Segment Start: Data for this exercise

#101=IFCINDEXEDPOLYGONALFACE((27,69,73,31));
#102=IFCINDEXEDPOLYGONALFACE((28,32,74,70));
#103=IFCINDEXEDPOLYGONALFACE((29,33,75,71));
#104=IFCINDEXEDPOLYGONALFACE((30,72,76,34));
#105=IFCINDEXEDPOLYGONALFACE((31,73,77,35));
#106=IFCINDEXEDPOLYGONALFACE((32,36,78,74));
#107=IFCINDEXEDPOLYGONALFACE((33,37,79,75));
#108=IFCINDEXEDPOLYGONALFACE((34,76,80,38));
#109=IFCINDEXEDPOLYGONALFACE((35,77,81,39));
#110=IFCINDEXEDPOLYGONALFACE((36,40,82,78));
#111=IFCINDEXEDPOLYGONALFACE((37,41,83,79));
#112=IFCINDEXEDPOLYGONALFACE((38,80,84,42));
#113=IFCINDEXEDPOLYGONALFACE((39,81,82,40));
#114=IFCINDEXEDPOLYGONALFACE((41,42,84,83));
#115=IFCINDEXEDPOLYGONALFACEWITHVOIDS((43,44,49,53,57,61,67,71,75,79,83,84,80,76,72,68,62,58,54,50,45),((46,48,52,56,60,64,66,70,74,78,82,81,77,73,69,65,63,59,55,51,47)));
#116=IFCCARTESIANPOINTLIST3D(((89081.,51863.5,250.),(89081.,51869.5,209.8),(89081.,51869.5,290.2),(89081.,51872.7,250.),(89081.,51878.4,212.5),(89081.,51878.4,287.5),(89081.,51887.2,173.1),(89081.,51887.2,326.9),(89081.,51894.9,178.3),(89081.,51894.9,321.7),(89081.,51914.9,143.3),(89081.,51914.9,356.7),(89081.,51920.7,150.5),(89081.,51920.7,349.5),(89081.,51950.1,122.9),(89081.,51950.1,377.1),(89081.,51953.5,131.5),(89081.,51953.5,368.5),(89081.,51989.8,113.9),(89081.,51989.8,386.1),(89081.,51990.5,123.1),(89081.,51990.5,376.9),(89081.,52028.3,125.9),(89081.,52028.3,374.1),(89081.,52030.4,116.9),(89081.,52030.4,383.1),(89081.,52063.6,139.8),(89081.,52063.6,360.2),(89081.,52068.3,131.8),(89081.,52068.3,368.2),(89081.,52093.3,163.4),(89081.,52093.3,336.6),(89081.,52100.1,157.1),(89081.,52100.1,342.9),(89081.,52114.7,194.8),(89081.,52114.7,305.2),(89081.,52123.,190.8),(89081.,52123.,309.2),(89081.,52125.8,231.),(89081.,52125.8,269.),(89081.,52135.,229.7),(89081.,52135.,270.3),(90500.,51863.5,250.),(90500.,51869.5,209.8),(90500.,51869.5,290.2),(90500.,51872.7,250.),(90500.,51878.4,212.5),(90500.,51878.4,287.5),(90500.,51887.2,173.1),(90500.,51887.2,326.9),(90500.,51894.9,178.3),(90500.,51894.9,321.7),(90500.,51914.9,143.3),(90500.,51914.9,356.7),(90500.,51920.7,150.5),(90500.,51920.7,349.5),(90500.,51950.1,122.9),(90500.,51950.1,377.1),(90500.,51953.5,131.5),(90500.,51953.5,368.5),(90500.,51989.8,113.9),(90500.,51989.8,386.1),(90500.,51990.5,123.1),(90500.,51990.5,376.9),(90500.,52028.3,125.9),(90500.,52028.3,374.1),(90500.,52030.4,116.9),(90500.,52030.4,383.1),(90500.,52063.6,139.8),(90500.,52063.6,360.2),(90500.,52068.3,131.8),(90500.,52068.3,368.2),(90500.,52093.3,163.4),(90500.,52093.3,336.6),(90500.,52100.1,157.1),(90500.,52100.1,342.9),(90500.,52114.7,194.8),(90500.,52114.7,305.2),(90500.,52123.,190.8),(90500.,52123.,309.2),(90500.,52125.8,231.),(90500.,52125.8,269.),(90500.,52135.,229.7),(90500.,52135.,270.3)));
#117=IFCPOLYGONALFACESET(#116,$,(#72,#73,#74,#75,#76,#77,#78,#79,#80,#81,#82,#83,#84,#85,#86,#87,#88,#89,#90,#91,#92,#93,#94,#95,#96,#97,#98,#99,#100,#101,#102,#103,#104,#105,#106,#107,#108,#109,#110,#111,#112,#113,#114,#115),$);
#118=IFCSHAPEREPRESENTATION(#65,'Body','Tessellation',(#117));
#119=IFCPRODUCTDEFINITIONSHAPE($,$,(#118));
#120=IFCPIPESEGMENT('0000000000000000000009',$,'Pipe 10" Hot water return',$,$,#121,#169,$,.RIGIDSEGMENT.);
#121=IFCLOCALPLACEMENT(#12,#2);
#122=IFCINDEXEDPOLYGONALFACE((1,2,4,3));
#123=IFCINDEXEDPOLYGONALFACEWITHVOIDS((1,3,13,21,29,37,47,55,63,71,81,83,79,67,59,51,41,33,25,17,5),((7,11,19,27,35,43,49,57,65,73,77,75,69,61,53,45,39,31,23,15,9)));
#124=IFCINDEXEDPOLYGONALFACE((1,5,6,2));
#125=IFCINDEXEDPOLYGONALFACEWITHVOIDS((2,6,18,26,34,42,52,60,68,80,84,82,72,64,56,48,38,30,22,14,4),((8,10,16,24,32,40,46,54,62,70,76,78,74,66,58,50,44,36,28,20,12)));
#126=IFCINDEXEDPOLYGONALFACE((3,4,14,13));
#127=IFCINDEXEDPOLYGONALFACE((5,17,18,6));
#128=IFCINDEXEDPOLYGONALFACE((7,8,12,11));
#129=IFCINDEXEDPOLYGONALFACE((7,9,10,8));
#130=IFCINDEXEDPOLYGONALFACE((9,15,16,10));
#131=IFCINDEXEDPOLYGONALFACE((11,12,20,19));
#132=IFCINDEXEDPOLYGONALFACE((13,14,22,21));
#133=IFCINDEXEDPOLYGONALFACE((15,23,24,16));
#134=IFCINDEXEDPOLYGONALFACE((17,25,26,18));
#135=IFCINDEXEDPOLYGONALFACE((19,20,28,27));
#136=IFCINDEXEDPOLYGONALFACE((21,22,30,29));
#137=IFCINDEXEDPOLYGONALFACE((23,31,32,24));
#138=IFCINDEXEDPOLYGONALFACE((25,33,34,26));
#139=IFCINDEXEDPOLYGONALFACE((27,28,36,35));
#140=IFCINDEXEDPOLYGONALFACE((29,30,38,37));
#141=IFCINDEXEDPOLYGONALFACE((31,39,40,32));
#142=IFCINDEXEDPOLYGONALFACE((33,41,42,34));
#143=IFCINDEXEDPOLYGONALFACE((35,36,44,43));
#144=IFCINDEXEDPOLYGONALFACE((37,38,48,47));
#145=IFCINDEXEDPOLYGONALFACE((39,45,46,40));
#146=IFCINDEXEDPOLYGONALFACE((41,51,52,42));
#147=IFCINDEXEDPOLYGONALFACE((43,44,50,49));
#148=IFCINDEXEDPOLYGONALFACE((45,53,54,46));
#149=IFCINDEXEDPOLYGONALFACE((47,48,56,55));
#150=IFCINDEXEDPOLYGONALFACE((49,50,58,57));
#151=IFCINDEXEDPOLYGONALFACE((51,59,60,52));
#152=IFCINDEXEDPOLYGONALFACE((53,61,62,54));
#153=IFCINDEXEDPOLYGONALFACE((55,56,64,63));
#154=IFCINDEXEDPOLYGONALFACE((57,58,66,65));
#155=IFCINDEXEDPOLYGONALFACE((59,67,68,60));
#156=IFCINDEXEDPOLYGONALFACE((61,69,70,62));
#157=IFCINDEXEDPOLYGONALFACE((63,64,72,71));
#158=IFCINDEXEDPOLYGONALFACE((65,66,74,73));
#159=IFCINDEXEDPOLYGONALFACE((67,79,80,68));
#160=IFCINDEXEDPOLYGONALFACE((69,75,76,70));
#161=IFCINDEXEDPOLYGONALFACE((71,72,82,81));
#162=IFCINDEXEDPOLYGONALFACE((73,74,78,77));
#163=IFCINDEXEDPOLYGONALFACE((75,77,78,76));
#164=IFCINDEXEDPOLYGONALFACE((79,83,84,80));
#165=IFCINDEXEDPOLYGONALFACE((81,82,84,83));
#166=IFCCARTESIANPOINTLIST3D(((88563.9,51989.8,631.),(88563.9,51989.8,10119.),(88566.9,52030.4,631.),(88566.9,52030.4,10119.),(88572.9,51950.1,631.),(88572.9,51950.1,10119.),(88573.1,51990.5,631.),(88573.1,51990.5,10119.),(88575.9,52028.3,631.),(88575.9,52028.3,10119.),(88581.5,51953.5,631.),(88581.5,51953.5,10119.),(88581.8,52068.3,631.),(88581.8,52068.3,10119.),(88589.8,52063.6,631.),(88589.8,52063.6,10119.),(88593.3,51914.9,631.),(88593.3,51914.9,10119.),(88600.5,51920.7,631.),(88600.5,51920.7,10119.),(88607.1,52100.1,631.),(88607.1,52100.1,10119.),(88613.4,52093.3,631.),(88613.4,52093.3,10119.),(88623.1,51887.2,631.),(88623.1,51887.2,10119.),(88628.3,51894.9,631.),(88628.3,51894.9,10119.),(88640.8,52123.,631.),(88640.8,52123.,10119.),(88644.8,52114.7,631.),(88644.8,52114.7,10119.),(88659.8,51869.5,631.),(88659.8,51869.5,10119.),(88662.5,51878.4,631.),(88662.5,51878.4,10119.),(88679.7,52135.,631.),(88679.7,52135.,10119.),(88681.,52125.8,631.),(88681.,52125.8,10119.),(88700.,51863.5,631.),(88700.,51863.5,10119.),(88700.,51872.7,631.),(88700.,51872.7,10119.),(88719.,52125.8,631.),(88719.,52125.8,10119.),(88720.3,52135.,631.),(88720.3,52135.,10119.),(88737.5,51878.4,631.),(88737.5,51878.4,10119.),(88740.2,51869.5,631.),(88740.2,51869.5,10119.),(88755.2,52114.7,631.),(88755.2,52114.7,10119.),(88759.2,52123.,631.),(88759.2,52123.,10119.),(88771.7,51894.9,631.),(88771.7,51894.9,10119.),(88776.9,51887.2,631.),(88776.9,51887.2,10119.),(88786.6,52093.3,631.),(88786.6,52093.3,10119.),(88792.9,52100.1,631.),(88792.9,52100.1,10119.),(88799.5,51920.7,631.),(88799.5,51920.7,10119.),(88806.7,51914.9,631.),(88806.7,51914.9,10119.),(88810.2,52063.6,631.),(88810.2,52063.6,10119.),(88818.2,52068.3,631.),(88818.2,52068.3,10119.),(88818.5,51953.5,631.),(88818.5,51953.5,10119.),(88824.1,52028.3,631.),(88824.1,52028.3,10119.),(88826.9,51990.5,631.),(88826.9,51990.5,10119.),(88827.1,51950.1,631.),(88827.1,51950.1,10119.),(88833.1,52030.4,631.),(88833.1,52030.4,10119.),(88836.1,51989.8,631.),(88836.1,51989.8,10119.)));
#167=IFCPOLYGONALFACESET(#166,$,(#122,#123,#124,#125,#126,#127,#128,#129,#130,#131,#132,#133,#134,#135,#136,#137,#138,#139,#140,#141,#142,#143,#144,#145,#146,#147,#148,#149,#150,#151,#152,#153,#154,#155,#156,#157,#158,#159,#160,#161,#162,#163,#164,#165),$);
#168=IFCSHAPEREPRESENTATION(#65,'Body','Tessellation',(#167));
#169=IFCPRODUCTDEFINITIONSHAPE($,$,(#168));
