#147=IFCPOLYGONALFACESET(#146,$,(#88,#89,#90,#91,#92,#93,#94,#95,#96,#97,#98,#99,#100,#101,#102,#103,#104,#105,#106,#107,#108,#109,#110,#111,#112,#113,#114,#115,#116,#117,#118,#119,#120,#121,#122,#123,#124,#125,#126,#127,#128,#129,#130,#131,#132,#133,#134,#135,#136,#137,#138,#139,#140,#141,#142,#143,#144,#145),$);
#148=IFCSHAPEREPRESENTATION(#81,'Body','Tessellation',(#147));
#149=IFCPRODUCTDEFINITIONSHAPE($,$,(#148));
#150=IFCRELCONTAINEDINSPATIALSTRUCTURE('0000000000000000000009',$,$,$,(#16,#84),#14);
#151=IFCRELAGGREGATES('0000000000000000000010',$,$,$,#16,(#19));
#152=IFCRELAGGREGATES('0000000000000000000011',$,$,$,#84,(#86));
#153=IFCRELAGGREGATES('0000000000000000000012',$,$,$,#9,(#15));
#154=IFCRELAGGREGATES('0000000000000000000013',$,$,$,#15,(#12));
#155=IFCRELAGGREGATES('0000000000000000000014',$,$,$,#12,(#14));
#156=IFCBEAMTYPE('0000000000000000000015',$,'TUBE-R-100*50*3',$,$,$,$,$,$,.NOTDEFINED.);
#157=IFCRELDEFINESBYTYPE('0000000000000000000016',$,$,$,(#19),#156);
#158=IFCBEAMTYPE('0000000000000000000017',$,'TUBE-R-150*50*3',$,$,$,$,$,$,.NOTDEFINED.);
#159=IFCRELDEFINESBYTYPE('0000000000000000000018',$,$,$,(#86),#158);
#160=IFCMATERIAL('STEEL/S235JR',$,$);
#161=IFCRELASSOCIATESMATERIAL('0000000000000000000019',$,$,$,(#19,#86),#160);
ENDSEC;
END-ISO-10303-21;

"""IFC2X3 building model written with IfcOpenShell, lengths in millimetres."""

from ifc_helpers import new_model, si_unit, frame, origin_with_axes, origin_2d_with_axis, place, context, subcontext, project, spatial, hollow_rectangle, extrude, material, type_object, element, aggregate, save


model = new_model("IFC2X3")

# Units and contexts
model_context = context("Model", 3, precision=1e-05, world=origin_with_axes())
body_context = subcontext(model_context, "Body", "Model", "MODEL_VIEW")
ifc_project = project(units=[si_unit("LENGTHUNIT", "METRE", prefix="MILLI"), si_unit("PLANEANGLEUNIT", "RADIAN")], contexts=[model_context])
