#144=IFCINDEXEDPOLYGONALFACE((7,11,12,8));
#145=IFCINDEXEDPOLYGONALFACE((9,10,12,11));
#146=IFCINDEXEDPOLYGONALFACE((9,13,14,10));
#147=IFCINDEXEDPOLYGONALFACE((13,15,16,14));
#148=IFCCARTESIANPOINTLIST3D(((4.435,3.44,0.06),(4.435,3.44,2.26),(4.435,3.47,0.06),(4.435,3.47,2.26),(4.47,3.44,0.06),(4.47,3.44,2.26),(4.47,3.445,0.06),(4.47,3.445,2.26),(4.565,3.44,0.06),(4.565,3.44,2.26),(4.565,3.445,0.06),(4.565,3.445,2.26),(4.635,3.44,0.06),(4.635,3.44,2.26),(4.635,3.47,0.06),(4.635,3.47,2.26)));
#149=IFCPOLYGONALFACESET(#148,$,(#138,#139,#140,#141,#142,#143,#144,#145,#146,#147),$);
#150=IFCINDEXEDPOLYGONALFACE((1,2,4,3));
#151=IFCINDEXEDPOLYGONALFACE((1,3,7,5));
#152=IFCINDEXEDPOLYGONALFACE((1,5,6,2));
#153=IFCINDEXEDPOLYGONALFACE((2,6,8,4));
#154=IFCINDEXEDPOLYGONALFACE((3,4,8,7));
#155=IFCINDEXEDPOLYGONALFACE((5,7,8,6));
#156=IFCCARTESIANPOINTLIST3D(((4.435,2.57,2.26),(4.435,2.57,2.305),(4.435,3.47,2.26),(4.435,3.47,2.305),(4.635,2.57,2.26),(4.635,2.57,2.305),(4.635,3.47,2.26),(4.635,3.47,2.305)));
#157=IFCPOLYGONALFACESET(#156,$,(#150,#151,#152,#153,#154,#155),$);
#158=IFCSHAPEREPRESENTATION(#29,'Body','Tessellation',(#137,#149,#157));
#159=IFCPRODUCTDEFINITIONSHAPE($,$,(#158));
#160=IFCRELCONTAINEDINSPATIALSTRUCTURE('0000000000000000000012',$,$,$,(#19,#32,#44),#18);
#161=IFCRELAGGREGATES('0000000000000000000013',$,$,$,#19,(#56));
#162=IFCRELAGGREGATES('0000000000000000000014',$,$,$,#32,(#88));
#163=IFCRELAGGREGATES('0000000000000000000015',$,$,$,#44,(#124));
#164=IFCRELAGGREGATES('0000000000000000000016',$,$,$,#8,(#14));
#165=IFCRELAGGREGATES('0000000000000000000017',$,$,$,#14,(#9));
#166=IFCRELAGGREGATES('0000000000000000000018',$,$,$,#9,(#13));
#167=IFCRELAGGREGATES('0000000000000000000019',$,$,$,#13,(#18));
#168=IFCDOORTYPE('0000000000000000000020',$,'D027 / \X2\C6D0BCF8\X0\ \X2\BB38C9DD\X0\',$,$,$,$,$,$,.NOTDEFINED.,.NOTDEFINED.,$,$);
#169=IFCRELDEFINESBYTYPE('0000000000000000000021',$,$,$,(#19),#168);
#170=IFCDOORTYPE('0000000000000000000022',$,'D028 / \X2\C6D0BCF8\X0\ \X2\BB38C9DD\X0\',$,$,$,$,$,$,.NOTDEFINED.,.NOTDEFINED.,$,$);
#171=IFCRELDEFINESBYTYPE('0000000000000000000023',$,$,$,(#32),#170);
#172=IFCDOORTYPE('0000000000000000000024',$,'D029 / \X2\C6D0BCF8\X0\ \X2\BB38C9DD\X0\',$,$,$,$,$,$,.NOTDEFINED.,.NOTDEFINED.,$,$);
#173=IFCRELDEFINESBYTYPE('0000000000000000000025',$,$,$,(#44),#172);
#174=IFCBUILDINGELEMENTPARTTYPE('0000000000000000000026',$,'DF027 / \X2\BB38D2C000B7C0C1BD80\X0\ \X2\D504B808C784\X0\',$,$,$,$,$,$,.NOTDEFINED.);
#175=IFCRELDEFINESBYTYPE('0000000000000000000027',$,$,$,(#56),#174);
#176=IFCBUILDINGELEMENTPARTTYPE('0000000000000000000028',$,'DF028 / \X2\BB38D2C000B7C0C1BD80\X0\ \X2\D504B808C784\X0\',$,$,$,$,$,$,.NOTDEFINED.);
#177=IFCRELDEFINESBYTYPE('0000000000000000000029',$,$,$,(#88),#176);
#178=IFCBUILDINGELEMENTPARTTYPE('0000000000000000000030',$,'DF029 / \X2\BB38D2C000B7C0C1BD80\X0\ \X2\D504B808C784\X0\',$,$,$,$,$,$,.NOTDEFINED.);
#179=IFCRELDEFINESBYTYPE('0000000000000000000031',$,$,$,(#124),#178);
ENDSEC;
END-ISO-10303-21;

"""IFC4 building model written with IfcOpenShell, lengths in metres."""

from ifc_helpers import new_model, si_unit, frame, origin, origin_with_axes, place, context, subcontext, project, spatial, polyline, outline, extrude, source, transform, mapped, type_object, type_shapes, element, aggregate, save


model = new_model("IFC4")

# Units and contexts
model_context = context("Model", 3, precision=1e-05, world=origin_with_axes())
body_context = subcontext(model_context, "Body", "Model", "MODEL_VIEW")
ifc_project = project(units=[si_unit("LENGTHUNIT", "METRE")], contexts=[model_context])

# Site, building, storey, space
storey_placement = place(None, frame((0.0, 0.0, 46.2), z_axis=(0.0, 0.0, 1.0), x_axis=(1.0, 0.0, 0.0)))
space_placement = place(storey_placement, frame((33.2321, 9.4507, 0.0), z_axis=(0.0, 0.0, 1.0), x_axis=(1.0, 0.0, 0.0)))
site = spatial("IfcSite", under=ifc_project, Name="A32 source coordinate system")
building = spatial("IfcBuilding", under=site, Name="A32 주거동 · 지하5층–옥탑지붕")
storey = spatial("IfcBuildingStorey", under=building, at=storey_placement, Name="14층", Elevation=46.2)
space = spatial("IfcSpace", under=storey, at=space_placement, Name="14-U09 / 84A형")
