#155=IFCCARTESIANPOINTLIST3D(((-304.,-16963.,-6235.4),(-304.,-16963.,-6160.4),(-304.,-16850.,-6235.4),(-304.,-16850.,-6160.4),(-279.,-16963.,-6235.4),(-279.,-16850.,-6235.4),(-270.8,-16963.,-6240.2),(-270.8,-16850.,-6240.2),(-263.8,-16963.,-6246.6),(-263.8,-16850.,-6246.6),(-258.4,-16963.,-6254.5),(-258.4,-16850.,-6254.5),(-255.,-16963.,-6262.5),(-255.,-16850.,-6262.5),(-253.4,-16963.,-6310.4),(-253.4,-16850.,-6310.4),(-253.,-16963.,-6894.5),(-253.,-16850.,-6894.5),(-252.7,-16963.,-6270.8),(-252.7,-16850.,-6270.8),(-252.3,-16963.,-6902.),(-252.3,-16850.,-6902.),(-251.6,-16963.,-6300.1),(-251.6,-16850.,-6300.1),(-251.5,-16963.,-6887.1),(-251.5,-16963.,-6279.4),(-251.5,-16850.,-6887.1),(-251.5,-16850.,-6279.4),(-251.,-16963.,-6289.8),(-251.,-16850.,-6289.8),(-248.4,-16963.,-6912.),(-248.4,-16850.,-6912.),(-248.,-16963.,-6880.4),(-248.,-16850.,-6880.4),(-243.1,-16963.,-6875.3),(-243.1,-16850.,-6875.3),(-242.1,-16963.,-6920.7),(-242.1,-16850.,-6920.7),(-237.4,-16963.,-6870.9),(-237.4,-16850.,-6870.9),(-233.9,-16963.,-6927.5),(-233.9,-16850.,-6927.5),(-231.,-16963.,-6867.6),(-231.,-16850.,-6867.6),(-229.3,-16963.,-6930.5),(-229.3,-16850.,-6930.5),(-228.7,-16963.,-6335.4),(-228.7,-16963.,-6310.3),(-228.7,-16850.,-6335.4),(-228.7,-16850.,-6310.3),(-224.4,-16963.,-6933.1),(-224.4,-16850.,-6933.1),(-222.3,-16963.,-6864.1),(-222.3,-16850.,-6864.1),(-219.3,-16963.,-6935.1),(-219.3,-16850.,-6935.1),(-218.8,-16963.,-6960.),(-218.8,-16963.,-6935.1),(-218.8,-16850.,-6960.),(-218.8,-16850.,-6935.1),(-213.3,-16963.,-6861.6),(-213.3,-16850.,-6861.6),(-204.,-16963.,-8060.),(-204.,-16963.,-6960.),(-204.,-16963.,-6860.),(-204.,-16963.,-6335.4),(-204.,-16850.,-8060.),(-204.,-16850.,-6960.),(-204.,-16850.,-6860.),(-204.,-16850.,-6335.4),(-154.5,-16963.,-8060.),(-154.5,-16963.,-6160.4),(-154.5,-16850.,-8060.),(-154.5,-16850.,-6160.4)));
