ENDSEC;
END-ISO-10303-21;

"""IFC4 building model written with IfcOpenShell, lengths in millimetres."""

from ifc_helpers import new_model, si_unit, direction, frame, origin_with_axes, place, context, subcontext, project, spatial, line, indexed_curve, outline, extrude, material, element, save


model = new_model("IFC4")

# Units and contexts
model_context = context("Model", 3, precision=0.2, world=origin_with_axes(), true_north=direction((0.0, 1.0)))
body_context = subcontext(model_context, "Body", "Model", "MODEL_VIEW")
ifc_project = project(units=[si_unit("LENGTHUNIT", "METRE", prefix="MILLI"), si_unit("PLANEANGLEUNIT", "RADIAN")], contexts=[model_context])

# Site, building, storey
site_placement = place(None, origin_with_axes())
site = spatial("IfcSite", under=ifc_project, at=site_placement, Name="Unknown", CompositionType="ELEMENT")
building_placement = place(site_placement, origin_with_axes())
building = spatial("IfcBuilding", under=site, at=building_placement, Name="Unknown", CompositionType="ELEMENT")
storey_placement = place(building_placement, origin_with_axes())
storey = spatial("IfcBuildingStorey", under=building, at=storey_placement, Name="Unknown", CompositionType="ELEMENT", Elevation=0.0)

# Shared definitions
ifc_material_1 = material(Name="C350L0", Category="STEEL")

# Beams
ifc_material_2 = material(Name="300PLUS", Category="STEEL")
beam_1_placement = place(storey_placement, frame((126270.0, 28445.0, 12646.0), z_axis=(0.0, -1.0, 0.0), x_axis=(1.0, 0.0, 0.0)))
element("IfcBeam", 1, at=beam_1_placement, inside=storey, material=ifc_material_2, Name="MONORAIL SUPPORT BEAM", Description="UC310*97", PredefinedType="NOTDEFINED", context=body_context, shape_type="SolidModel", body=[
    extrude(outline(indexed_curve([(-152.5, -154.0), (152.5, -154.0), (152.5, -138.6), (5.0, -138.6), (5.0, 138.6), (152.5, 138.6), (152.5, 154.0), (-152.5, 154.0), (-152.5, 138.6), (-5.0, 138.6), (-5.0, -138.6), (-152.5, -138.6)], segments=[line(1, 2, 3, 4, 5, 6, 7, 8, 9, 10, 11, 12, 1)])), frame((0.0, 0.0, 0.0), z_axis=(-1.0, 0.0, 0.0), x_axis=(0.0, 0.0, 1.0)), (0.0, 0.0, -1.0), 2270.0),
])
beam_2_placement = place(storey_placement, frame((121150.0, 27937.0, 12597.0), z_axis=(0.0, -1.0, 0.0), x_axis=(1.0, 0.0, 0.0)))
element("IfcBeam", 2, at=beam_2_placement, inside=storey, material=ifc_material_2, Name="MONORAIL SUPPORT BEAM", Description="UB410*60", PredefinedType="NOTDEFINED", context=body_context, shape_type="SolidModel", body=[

Segment End: Data for this exercise

◆ Required action ◆
Using the entries above, output exactly the lines between the line holding "#152=IFCINDEXEDPOLYGONALFACE((53,61,62,54));" and the line holding "#165=IFCINDEXEDPOLYGONALFACE((81,82,84,83));", end lines included, and nothing more.

◆ Solution ◆
#152=IFCINDEXEDPOLYGONALFACE((53,61,62,54));
#153=IFCINDEXEDPOLYGONALFACE((55,56,64,63));
#154=IFCINDEXEDPOLYGONALFACE((57,58,66,65));
#155=IFCINDEXEDPOLYGONALFACE((59,67,68,60));
#156=IFCINDEXEDPOLYGONALFACE((61,69,70,62));
#157=IFCINDEXEDPOLYGONALFACE((63,64,72,71));
#158=IFCINDEXEDPOLYGONALFACE((65,66,74,73));
#159=IFCINDEXEDPOLYGONALFACE((67,79,80,68));
#160=IFCINDEXEDPOLYGONALFACE((69,75,76,70));
#161=IFCINDEXEDPOLYGONALFACE((71,72,82,81));
#162=IFCINDEXEDPOLYGONALFACE((73,74,78,77));
#163=IFCINDEXEDPOLYGONALFACE((75,77,78,76));
#164=IFCINDEXEDPOLYGONALFACE((79,83,84,80));
#165=IFCINDEXEDPOLYGONALFACE((81,82,84,83));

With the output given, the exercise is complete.